The sand rat, with age-related spontaneous disc degeneration, is an attractive, well-characterized model ^{12–15,21–25} that avoids high animal costs and the need to use chemonucleolysis or surgical injury to induce disc degeneration.

In the present study, surgical removal of a segment of annulus tissue resulted in subsequent, non-instrumented fusion in the lumbar spine of the sand rat. Initial radiographs at the time of surgery (where the surgical site was marked by placement nearby a vascular clamp in soft tissue) were compared with changes in segments adjacent to the fusion site at the time of spine harvest. Pilot data presented here were based upon surgeries performed on animals aged two to 10 months, and harvest times ranging from 1 to 26 months postsurgery. Data from our small sample sizes were evaluated with caution. However, analysis of these preliminary data on adjacent segment changes did not find any differences in cranial vs. caudal data based on either age at surgery or time of harvest. Histologically, some variation in cartilage and bone amounts is present in our data. This, however, may represent remodelling which occurs across time as the biomechanical changes in the adjacent segments stabilize.

It is important to note that three previous large studies from our laboratory have examined the spine of aging sand rat with careful radiological criteria; no spontaneous fusions have ever been identified in 134 sand rats aged 10–46 months. ^{12–14,22,26} Thus, the fusion changes observed in the surgical model here are distinct from the features that characterize normal aging of the lumbar sand rat spine.

The model presented here provides a novel addition to the basic science approach to studying the clinically important topic of spinal fusion and adjacent segment changes.

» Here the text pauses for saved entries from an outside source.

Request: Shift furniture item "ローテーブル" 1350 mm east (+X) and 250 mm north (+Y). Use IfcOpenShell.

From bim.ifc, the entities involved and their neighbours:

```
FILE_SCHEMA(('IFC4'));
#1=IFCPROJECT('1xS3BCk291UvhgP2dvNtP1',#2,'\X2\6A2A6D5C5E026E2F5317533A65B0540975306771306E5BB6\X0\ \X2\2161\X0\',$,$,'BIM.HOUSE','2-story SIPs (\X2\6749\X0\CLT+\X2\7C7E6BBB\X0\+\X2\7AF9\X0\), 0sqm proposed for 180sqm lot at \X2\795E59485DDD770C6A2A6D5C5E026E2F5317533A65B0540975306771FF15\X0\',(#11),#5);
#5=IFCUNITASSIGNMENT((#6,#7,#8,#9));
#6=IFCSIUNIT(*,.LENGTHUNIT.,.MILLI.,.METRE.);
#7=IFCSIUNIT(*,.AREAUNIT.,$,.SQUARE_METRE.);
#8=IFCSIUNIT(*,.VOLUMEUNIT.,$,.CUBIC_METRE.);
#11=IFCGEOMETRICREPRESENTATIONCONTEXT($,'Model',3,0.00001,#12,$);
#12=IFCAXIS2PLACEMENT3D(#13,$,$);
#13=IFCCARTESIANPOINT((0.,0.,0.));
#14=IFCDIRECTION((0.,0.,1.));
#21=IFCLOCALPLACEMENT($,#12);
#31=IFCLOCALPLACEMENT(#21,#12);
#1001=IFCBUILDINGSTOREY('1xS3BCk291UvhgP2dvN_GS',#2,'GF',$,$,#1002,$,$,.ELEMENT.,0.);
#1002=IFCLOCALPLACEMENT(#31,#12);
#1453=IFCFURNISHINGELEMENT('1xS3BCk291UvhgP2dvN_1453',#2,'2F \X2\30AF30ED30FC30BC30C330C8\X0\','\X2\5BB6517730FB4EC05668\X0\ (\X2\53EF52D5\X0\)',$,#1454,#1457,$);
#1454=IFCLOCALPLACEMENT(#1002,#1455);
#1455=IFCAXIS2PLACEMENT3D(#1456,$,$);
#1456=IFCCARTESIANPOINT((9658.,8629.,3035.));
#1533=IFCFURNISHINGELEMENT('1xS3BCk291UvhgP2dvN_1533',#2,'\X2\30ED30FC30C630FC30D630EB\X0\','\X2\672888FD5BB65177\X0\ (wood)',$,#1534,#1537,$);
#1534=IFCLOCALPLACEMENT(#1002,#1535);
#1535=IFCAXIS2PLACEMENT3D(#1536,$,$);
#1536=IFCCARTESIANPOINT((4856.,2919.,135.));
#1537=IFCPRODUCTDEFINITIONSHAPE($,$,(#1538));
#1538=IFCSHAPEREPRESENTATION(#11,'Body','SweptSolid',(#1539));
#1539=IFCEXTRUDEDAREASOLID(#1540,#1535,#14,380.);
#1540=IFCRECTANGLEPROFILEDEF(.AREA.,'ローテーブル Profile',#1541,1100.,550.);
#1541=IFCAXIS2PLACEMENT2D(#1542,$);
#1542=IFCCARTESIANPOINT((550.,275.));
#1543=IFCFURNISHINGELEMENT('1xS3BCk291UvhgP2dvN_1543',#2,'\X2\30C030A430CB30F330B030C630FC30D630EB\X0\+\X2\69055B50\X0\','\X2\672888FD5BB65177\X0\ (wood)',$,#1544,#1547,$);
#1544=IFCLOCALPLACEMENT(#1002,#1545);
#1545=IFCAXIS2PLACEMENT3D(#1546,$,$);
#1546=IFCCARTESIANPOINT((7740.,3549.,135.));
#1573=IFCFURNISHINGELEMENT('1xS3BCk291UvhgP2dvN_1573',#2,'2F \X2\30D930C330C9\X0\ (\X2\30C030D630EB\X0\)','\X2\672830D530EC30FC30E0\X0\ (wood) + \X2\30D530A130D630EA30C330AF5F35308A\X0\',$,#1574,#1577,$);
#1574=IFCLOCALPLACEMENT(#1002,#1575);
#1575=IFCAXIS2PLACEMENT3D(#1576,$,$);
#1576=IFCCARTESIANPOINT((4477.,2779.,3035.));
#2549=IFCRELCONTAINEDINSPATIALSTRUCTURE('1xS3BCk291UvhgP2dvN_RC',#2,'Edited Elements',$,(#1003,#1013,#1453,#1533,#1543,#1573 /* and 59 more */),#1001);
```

```python
import ifcopenshell
import ifcopenshell.api.geometry
import ifcopenshell.util.placement
import ifcopenshell.util.unit

model = ifcopenshell.open("bim.ifc")
unit_scale = ifcopenshell.util.unit.calculate_unit_scale(model)

item = model.by_guid("1xS3BCk291UvhgP2dvN_1533")
matrix = ifcopenshell.util.placement.get_local_placement(item.ObjectPlacement)
matrix[0, 3] += 1.35 / unit_scale
matrix[1, 3] += 0.25 / unit_scale
ifcopenshell.api.geometry.edit_object_placement(model, product=item, matrix=matrix, is_si=False)

print(ifcopenshell.util.placement.get_local_placement(item.ObjectPlacement).round(3) + 0.0)

model.write("bim_v2.ifc")
```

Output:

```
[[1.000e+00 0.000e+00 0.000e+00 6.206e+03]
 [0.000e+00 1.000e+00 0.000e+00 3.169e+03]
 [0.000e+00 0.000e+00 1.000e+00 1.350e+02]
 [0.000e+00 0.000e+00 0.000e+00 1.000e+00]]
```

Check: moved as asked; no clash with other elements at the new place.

It is important to remember, however, that this model should not be directly compared with human adjacent segment disease, because it is likely that adjacent segment disease seen here would progress more rapidly in this small animal model than it would in humans.

In addition, although human disc degeneration and disc degeneration in the sand rat model share a number of features, including morphological similarities, endplate calcification with aging and loss of notochordal cells in the nucleus pulposus with aging, one must remember that this is indeed an animal model which may have a different underlying pathogenesis of disc degeneration.

This caveat being noted, however, we feel that the data presented here illustrate a model which can be extremely useful for future studies of the effect of fusion on adjacent segments and for the study of potential interventions that might mitigate the changes in adjacent discs. Future studies with this model employing age-matched control groups, specific harvest times and inclusion of sham muscle scraping or disc exposure alone will be especially valuable. Animals should be young at the time of surgery (aged 2–3 months) in order to avoid any confounding issues of age-related disc degeneration in disc sites adjacent to the surgery.